* [WORK TO BE COMPLETED]:
From the entries below, output the line with "#46=IFCINDEXEDPOLYGONALFACE((1,2,4,3));" and each following line up to and including the line with "#74=IFCINDEXEDPOLYGONALFACE((1,2,4,3));", exactly as written.
━━━
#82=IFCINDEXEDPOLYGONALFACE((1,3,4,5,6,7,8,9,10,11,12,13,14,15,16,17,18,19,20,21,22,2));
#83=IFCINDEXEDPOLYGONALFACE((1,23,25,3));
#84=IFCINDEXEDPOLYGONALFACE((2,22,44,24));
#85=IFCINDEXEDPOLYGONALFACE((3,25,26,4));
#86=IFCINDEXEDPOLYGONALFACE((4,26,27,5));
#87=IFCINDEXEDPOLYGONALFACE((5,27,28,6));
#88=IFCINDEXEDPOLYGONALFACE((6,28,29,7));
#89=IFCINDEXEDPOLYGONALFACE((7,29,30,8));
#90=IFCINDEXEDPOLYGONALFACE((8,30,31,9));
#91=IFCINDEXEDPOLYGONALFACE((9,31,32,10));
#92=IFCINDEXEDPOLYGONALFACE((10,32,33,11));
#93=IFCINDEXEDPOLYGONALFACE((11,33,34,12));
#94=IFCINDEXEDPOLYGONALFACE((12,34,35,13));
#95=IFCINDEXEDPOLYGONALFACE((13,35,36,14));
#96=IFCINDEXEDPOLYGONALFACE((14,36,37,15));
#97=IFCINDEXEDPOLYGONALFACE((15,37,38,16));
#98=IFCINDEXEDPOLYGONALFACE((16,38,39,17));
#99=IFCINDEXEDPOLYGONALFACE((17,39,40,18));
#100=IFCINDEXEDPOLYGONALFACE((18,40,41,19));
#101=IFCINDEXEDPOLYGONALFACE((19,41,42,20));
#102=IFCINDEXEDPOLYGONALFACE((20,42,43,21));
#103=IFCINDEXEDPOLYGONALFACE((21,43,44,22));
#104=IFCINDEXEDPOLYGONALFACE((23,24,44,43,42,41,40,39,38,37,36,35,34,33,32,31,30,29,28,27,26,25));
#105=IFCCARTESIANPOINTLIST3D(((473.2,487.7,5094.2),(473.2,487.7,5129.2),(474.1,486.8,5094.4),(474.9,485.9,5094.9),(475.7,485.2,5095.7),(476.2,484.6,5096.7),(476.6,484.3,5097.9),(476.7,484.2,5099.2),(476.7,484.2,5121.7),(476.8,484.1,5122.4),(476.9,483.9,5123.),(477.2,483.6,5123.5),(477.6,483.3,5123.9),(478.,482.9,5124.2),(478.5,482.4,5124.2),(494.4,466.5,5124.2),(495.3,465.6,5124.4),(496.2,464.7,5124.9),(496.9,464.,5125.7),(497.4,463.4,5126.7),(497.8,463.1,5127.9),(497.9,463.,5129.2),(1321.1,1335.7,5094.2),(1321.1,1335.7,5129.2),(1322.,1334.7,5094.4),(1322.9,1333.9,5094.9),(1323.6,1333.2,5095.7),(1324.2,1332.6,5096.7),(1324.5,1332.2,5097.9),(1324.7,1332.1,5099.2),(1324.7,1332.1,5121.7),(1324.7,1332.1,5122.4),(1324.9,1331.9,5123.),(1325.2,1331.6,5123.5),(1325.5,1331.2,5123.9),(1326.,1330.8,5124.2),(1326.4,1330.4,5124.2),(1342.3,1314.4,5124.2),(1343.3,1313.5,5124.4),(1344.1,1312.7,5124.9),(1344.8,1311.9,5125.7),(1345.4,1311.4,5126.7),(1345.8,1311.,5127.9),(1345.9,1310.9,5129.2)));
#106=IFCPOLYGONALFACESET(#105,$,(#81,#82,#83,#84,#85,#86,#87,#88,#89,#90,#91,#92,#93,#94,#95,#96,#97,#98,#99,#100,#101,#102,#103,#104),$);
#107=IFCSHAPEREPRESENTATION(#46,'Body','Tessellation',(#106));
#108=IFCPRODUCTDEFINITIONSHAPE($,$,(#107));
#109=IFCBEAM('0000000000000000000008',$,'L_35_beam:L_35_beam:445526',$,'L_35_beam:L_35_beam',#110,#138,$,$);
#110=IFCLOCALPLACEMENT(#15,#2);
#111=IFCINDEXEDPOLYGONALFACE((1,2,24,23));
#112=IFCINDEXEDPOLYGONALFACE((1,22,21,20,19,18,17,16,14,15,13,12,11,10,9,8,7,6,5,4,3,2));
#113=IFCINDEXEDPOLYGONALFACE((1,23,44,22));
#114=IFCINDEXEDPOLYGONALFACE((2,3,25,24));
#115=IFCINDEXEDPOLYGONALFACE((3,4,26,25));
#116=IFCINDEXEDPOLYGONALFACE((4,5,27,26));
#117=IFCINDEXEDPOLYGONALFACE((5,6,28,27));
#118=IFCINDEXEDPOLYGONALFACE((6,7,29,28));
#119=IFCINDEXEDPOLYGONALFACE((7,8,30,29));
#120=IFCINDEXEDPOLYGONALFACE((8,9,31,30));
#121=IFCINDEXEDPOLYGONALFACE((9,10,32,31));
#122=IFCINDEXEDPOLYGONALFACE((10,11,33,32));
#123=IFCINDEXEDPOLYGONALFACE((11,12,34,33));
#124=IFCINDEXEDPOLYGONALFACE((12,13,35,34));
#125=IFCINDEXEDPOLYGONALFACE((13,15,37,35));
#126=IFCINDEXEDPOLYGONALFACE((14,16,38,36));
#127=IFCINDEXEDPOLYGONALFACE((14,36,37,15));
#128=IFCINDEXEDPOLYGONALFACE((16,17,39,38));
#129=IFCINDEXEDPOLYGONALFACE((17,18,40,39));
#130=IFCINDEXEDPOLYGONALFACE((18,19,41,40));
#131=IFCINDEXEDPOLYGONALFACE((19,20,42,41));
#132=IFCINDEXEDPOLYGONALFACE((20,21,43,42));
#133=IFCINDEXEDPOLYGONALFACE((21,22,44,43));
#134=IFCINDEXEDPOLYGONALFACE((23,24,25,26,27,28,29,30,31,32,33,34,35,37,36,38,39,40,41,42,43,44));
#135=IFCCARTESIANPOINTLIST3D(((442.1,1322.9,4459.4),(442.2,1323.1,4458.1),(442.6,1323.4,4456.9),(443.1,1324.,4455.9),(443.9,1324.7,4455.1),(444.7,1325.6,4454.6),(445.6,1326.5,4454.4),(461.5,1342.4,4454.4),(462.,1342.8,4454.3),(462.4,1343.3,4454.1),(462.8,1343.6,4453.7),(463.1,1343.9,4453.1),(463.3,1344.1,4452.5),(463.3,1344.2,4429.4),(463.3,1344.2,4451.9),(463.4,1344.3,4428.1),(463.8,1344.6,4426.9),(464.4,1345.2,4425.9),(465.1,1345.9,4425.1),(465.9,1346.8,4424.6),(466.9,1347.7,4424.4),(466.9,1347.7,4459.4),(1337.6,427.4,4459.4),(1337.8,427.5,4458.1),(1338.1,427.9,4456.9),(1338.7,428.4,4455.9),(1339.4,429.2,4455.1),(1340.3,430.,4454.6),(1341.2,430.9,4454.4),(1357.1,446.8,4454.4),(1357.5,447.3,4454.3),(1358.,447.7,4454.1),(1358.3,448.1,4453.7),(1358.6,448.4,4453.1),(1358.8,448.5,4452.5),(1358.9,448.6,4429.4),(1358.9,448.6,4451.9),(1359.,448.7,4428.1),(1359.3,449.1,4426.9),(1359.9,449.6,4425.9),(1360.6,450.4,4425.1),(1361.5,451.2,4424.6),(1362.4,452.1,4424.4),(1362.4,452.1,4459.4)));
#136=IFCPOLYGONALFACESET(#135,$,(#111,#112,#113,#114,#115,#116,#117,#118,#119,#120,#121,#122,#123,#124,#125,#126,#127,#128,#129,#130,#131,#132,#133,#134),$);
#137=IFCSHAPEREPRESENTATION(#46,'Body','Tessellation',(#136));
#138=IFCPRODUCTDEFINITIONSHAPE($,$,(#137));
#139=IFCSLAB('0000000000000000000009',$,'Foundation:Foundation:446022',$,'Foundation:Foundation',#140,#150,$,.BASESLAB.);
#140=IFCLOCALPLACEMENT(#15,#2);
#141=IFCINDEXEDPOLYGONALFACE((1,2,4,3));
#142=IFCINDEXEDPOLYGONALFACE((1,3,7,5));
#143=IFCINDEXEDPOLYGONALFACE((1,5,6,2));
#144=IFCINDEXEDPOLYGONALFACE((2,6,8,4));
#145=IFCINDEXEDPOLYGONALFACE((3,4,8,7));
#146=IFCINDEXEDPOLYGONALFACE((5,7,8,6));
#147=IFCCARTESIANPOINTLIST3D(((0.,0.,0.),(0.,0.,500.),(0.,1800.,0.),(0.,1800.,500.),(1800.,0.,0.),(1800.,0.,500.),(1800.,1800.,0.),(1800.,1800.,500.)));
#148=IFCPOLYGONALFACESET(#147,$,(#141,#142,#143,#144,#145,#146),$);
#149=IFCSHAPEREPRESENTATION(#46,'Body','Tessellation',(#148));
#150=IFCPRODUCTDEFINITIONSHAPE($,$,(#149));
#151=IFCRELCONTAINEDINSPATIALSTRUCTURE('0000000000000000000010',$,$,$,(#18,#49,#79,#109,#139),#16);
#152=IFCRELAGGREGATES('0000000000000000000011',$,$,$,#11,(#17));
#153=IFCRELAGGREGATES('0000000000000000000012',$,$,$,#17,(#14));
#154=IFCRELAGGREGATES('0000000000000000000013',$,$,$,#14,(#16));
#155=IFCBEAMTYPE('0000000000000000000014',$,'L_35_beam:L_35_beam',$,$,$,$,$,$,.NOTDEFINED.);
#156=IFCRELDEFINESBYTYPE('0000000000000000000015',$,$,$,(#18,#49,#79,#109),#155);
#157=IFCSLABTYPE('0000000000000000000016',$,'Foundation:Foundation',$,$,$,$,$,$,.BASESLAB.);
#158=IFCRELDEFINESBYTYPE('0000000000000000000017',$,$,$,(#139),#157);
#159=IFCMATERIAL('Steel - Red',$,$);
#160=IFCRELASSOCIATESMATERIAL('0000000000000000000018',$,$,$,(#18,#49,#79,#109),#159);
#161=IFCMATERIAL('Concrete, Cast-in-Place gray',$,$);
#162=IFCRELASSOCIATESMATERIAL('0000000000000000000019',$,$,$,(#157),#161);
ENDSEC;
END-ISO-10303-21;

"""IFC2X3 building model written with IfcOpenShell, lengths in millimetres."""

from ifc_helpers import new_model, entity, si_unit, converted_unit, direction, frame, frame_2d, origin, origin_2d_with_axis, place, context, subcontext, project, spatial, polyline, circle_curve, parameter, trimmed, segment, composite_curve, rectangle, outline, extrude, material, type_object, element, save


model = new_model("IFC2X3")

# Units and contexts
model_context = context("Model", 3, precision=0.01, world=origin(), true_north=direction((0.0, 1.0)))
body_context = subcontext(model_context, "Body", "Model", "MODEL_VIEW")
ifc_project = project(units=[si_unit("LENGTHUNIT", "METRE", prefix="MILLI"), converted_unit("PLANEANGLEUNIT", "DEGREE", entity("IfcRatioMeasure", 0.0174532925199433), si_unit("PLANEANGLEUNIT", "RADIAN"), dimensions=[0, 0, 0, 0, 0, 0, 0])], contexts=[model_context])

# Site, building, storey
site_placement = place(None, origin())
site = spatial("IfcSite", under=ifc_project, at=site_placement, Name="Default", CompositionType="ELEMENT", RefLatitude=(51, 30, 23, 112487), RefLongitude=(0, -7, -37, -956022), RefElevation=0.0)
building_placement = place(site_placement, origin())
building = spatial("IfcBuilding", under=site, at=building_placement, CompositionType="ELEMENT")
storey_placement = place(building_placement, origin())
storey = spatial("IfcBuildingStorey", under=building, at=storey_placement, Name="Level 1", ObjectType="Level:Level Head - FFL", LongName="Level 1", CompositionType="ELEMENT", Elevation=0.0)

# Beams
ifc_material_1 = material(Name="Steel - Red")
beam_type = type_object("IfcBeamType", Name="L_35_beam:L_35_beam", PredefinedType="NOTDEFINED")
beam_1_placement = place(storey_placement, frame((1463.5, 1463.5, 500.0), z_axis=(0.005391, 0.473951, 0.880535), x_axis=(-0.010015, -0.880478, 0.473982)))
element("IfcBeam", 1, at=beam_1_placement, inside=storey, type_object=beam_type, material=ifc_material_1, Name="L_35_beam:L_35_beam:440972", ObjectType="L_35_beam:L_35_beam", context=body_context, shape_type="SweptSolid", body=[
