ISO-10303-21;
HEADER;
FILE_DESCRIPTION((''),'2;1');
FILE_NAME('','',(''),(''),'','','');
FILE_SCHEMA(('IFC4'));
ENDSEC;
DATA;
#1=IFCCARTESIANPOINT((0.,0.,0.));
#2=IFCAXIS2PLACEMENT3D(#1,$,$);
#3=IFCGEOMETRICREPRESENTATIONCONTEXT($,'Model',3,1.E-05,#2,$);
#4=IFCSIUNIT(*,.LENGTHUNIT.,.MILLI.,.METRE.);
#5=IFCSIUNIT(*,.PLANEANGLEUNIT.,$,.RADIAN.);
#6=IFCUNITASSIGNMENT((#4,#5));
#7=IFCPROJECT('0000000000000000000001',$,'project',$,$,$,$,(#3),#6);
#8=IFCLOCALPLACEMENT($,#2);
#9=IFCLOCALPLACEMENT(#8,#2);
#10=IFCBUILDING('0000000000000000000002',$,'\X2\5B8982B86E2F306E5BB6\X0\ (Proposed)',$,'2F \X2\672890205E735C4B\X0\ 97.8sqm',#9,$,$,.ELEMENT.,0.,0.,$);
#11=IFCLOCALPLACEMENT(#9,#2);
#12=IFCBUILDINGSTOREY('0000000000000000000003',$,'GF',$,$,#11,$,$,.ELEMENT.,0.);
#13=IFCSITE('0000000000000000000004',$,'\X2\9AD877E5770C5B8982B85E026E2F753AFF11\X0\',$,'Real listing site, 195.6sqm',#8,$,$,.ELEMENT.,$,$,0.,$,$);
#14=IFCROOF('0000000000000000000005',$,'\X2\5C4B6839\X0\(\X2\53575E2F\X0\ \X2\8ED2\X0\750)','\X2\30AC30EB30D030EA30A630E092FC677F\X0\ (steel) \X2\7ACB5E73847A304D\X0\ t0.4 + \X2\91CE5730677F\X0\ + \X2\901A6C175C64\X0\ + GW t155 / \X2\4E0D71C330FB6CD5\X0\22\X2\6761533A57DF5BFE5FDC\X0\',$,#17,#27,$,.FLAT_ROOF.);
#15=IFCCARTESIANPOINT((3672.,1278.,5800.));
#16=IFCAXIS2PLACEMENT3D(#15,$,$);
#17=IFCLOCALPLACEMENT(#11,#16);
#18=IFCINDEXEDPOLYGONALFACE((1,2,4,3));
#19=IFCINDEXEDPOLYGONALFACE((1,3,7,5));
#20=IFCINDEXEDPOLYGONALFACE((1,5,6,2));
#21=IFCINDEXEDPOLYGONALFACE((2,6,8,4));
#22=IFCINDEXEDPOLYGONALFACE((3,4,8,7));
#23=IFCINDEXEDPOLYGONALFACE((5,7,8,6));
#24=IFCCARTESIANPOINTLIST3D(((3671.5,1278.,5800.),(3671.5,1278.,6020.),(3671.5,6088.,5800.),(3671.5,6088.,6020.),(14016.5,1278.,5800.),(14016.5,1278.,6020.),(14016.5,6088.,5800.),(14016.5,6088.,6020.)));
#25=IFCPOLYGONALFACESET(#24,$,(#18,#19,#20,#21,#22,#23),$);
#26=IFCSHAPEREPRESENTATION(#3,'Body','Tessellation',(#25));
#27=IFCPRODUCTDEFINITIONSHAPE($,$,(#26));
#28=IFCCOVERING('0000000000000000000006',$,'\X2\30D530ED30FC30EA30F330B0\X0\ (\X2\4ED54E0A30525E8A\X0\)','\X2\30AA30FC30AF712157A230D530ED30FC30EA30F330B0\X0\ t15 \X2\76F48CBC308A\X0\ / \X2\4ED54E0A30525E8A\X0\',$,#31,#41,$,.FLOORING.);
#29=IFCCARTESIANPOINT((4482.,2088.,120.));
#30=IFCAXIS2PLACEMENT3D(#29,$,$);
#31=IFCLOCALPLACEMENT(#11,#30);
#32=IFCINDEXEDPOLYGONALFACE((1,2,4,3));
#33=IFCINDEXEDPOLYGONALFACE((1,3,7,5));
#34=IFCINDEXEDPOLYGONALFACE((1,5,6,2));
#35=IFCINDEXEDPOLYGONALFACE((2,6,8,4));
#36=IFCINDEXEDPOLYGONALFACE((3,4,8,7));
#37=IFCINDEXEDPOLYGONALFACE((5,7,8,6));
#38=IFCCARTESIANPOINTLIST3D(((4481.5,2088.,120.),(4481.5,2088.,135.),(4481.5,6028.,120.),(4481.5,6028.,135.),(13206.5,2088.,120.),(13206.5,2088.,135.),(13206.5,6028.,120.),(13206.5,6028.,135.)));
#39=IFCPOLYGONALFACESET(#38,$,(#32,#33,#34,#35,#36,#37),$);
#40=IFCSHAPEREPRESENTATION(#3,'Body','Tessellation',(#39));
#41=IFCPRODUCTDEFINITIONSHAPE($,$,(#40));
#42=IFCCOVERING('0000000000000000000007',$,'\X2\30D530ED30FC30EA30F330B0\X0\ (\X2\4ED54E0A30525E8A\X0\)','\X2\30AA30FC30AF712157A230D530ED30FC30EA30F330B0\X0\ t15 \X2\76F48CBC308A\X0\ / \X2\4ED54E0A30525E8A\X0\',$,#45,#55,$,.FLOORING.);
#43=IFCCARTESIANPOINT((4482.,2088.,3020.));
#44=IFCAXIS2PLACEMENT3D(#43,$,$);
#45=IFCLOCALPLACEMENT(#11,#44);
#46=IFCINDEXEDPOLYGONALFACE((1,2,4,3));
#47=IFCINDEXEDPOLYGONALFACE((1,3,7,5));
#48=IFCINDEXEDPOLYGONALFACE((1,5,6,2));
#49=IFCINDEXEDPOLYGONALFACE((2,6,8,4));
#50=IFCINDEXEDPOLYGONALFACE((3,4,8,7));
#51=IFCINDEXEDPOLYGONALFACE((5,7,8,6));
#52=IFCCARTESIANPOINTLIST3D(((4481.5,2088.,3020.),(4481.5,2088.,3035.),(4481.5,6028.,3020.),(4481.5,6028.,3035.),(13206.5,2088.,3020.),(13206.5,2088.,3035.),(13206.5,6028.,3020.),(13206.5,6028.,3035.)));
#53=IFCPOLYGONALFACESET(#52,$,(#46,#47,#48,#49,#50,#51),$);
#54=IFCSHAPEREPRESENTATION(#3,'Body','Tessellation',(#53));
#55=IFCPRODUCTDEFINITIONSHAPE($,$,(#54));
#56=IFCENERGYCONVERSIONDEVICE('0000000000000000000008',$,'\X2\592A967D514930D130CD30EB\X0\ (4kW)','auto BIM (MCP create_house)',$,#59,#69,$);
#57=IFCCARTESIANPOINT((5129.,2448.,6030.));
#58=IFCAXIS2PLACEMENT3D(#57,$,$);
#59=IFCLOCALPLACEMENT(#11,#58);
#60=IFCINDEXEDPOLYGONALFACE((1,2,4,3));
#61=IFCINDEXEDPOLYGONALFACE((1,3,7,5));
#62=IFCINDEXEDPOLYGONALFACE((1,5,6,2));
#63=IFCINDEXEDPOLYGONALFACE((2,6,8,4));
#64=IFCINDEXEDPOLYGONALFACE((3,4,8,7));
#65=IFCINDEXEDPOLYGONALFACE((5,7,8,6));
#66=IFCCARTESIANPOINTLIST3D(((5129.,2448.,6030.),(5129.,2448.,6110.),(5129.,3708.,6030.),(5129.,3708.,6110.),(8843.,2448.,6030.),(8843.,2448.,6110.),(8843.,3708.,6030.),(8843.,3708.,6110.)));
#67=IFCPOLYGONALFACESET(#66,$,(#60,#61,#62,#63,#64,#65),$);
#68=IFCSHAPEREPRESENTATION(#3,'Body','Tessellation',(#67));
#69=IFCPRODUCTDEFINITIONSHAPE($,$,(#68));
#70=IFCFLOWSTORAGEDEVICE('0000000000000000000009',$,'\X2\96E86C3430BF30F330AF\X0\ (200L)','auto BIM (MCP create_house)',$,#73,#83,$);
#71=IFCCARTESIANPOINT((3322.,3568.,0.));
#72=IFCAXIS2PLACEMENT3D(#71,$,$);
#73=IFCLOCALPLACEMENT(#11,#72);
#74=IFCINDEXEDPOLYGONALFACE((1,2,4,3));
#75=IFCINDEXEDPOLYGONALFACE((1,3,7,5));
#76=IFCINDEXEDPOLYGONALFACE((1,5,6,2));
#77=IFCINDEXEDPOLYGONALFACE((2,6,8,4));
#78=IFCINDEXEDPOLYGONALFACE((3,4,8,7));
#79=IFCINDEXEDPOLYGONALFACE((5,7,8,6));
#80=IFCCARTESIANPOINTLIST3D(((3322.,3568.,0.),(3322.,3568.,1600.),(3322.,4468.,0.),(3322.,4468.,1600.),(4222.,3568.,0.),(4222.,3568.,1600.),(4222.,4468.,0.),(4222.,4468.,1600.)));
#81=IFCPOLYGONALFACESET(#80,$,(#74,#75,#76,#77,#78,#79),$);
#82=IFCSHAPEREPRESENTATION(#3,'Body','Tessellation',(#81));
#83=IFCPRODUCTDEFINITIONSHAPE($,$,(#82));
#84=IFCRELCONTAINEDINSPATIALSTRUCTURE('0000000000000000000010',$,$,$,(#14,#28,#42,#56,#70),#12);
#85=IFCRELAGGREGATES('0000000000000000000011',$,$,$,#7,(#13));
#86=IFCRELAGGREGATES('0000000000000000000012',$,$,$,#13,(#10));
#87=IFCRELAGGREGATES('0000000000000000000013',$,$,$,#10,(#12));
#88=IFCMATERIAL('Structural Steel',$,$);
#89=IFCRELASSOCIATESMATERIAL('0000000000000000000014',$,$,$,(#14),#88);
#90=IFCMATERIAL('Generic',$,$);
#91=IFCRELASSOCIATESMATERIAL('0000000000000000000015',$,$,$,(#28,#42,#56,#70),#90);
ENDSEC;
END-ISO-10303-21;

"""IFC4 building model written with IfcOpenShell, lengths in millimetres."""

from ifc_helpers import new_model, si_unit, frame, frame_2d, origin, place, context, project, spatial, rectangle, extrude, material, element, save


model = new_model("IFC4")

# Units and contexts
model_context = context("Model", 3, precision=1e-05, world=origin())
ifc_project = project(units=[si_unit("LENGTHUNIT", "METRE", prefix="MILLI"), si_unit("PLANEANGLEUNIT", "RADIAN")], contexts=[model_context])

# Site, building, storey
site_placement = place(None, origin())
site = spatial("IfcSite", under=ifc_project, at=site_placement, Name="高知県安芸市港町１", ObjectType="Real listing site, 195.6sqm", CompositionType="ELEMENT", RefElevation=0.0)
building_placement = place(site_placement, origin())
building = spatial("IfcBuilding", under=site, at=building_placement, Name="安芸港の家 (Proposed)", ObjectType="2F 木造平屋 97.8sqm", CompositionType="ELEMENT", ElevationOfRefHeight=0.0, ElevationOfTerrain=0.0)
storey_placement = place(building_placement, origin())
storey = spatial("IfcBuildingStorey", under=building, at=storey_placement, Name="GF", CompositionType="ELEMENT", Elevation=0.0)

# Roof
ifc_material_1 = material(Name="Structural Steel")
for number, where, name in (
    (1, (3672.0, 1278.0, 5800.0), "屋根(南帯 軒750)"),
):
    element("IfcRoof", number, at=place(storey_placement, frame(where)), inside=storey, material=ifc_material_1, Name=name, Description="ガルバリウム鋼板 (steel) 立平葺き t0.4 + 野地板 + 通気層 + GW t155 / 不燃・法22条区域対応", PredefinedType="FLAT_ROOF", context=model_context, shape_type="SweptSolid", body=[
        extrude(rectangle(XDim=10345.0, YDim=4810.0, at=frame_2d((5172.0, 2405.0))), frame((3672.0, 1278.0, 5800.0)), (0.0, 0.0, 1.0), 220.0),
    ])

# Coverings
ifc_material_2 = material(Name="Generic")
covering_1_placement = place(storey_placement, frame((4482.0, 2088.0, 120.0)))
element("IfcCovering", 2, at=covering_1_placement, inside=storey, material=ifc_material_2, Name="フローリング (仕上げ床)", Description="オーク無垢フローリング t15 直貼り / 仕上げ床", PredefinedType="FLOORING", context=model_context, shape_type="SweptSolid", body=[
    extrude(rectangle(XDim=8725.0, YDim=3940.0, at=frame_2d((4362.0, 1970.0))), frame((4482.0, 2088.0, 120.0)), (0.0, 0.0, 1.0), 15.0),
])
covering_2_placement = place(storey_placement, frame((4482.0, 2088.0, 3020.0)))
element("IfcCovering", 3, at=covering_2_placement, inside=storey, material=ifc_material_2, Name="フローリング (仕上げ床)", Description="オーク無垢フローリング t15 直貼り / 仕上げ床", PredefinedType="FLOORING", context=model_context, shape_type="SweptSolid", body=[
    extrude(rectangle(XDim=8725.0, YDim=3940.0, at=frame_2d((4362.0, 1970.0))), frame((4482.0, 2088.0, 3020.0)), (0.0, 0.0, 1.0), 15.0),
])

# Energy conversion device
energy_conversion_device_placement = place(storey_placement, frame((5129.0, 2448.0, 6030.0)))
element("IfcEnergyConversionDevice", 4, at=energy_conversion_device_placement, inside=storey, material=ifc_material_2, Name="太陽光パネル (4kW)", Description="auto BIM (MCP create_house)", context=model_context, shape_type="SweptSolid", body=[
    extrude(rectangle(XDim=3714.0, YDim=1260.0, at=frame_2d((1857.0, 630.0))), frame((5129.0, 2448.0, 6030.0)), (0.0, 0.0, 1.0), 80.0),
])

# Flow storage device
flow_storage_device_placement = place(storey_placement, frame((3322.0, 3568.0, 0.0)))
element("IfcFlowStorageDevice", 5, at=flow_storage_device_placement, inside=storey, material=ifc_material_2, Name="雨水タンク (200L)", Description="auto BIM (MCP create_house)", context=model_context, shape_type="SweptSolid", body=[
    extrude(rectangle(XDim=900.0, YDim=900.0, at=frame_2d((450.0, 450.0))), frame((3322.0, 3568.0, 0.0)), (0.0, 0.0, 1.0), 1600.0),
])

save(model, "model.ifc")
━━━
* [WORKED SOLUTION]:
#46=IFCINDEXEDPOLYGONALFACE((1,2,4,3));
#47=IFCINDEXEDPOLYGONALFACE((1,3,7,5));
#48=IFCINDEXEDPOLYGONALFACE((1,5,6,2));
#49=IFCINDEXEDPOLYGONALFACE((2,6,8,4));
#50=IFCINDEXEDPOLYGONALFACE((3,4,8,7));
#51=IFCINDEXEDPOLYGONALFACE((5,7,8,6));
#52=IFCCARTESIANPOINTLIST3D(((4481.5,2088.,3020.),(4481.5,2088.,3035.),(4481.5,6028.,3020.),(4481.5,6028.,3035.),(13206.5,2088.,3020.),(13206.5,2088.,3035.),(13206.5,6028.,3020.),(13206.5,6028.,3035.)));
#53=IFCPOLYGONALFACESET(#52,$,(#46,#47,#48,#49,#50,#51),$);
#54=IFCSHAPEREPRESENTATION(#3,'Body','Tessellation',(#53));
#55=IFCPRODUCTDEFINITIONSHAPE($,$,(#54));
#56=IFCENERGYCONVERSIONDEVICE('0000000000000000000008',$,'\X2\592A967D514930D130CD30EB\X0\ (4kW)','auto BIM (MCP create_house)',$,#59,#69,$);
#57=IFCCARTESIANPOINT((5129.,2448.,6030.));
#58=IFCAXIS2PLACEMENT3D(#57,$,$);
#59=IFCLOCALPLACEMENT(#11,#58);
#60=IFCINDEXEDPOLYGONALFACE((1,2,4,3));
#61=IFCINDEXEDPOLYGONALFACE((1,3,7,5));
#62=IFCINDEXEDPOLYGONALFACE((1,5,6,2));
#63=IFCINDEXEDPOLYGONALFACE((2,6,8,4));
#64=IFCINDEXEDPOLYGONALFACE((3,4,8,7));
#65=IFCINDEXEDPOLYGONALFACE((5,7,8,6));
#66=IFCCARTESIANPOINTLIST3D(((5129.,2448.,6030.),(5129.,2448.,6110.),(5129.,3708.,6030.),(5129.,3708.,6110.),(8843.,2448.,6030.),(8843.,2448.,6110.),(8843.,3708.,6030.),(8843.,3708.,6110.)));
#67=IFCPOLYGONALFACESET(#66,$,(#60,#61,#62,#63,#64,#65),$);
#68=IFCSHAPEREPRESENTATION(#3,'Body','Tessellation',(#67));
#69=IFCPRODUCTDEFINITIONSHAPE($,$,(#68));
#70=IFCFLOWSTORAGEDEVICE('0000000000000000000009',$,'\X2\96E86C3430BF30F330AF\X0\ (200L)','auto BIM (MCP create_house)',$,#73,#83,$);
#71=IFCCARTESIANPOINT((3322.,3568.,0.));
#72=IFCAXIS2PLACEMENT3D(#71,$,$);
#73=IFCLOCALPLACEMENT(#11,#72);
#74=IFCINDEXEDPOLYGONALFACE((1,2,4,3));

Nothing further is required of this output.